→ DATA TO USE:

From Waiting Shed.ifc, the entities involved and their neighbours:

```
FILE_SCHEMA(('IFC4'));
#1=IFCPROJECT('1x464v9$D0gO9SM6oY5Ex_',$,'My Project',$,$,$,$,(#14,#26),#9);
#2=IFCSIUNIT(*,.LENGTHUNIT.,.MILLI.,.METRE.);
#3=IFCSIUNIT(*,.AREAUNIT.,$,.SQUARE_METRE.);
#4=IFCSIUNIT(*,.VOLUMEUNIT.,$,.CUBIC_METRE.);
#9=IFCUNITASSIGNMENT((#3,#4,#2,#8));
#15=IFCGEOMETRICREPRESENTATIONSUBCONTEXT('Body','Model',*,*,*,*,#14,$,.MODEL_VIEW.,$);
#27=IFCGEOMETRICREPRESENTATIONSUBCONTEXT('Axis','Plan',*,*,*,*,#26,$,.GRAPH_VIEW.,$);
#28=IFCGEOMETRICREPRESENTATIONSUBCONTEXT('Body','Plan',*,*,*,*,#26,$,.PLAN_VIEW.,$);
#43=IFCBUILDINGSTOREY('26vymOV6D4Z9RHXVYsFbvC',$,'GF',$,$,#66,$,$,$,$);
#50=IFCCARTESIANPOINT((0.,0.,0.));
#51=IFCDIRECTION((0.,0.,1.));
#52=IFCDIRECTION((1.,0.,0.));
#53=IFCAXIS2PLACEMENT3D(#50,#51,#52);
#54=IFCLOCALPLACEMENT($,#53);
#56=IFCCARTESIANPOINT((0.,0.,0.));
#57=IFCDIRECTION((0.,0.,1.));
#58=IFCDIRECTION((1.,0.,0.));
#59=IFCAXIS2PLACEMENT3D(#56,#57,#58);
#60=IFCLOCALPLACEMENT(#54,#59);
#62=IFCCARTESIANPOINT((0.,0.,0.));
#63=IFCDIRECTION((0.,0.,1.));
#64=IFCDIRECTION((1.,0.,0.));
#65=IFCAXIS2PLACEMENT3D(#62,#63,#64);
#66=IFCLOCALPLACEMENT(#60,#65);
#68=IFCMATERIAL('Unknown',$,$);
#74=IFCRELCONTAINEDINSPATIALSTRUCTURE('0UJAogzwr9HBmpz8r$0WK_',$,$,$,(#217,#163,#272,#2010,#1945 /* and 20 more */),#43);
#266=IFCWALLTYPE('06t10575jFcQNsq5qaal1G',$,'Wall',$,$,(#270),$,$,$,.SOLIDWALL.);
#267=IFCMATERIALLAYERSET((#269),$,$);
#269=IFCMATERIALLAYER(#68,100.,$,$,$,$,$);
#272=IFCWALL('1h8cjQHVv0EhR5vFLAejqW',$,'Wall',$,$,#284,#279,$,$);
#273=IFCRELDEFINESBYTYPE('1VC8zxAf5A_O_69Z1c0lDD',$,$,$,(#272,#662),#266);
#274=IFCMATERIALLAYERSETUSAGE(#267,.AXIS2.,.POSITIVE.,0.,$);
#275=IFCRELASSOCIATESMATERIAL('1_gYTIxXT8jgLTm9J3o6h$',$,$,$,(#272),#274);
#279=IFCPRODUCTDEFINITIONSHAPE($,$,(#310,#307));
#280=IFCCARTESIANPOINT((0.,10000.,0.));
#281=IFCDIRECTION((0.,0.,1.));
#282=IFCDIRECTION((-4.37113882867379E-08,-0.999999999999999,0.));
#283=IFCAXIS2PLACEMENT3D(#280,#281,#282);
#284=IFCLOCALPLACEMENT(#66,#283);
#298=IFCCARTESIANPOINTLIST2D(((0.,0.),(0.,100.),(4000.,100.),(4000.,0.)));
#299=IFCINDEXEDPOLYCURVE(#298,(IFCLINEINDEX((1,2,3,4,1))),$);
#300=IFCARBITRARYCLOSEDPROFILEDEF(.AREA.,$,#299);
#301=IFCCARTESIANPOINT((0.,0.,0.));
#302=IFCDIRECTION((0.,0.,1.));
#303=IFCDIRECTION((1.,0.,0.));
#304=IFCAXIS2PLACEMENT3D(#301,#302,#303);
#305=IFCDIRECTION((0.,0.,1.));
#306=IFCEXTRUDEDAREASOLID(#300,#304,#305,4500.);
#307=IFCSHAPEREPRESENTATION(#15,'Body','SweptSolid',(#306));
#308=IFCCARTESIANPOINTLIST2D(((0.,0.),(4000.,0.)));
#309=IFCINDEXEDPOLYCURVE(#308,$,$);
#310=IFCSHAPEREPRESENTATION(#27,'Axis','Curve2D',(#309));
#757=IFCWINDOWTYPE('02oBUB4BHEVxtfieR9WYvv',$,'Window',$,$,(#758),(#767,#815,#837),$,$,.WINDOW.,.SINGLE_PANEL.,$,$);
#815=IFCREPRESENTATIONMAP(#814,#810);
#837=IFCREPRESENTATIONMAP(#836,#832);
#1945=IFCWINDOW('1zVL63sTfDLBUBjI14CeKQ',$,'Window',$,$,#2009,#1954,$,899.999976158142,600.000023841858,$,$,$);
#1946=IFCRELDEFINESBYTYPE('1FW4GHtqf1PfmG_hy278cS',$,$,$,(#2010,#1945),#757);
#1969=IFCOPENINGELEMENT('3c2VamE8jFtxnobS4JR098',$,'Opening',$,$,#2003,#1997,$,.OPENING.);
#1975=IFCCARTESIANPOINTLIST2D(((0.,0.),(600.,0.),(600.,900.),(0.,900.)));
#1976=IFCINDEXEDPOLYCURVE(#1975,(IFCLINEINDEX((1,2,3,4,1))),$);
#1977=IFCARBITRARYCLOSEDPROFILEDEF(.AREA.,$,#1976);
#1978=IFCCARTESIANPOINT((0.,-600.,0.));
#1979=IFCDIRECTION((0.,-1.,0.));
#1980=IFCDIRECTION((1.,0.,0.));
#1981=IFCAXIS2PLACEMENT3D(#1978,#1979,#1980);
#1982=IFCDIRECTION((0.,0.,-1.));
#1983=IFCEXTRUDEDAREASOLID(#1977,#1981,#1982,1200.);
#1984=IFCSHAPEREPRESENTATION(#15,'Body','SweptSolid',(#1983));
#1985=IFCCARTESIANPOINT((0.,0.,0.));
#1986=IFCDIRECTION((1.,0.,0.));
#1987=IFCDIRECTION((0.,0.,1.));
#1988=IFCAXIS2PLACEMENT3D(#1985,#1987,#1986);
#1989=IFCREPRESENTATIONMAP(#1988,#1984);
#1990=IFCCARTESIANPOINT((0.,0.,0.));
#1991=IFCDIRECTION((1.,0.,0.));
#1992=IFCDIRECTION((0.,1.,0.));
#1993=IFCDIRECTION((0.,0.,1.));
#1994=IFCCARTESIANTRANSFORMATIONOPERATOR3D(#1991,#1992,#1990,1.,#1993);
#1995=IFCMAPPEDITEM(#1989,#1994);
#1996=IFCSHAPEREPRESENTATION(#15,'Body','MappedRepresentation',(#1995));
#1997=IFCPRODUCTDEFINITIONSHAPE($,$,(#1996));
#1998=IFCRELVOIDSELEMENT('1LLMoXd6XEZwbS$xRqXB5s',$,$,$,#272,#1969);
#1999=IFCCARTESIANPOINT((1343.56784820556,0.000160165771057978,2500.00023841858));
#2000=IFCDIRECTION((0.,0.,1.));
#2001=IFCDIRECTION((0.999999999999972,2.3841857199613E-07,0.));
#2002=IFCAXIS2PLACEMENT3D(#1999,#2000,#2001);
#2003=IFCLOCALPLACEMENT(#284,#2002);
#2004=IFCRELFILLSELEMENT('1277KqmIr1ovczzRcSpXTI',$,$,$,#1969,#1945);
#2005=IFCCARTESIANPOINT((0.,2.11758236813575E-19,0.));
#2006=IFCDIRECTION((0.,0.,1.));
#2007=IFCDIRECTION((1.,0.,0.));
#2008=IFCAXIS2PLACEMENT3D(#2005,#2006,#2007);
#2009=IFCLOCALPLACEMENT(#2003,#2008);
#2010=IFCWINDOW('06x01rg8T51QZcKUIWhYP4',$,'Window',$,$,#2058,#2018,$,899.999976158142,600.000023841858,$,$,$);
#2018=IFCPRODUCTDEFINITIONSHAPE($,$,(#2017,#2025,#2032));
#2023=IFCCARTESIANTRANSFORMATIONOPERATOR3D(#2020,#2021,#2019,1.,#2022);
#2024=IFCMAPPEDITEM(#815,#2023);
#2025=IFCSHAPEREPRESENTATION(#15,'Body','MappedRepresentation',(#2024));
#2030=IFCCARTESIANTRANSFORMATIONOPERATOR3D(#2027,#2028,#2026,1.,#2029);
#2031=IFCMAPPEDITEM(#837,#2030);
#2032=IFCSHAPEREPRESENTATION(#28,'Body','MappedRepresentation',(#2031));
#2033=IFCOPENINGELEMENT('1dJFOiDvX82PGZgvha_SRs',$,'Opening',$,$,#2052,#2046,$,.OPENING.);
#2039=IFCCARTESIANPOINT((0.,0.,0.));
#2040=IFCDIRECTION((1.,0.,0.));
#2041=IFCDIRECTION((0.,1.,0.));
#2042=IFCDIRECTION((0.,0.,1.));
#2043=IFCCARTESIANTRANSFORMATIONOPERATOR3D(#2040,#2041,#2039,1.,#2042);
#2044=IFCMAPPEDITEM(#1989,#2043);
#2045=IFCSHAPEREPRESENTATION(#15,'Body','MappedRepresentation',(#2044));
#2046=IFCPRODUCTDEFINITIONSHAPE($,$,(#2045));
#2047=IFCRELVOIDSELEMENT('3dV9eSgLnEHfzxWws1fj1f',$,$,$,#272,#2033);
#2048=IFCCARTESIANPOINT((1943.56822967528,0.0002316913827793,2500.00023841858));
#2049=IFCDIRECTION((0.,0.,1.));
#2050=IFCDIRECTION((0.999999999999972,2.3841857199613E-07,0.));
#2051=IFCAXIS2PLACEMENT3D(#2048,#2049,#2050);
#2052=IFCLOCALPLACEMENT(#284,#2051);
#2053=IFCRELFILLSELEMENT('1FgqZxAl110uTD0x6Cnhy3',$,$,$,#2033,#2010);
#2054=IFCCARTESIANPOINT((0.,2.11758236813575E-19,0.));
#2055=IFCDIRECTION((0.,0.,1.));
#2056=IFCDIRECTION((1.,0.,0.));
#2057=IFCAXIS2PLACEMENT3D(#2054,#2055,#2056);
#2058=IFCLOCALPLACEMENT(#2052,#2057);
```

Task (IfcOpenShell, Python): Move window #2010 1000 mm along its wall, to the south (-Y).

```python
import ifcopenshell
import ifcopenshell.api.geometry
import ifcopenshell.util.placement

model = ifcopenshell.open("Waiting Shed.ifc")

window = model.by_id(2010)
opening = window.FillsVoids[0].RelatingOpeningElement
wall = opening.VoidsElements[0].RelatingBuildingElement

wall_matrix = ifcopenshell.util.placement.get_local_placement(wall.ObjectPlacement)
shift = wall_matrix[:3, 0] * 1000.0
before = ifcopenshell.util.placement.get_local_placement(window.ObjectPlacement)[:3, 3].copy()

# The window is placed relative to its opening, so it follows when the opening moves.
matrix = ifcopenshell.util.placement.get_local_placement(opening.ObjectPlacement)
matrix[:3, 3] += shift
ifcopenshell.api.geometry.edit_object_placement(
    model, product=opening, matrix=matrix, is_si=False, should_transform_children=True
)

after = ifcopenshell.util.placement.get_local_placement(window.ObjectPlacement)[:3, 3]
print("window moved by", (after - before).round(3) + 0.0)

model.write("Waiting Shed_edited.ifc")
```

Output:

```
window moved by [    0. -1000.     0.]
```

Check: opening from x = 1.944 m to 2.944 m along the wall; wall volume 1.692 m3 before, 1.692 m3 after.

--

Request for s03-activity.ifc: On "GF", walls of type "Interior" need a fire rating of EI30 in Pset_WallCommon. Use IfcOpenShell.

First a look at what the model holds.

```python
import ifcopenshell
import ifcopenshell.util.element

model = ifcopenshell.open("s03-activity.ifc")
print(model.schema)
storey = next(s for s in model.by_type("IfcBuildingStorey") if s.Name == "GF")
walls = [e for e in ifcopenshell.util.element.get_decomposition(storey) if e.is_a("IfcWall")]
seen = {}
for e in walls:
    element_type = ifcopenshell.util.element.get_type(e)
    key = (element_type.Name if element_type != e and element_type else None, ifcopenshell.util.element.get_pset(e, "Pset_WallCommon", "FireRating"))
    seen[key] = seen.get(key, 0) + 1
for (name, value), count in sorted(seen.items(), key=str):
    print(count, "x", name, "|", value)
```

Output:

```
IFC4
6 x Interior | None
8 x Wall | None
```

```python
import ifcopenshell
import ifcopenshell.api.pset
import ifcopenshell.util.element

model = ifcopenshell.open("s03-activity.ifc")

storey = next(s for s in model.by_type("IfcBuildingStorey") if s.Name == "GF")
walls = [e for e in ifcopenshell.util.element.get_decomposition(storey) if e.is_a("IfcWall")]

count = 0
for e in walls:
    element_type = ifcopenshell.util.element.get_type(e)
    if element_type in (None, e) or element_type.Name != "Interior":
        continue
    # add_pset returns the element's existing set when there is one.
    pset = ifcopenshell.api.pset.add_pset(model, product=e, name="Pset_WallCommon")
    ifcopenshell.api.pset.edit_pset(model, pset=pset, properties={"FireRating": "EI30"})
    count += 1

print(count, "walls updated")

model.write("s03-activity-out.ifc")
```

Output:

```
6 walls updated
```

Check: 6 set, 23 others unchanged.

→ WORK REQUIRED: Copy out each line of the records where the word "IFCEXTRUDEDAREASOLID" appears.

→ ANSWER TO THIS PROBLEM:
#306=IFCEXTRUDEDAREASOLID(#300,#304,#305,4500.);
#1983=IFCEXTRUDEDAREASOLID(#1977,#1981,#1982,1200.);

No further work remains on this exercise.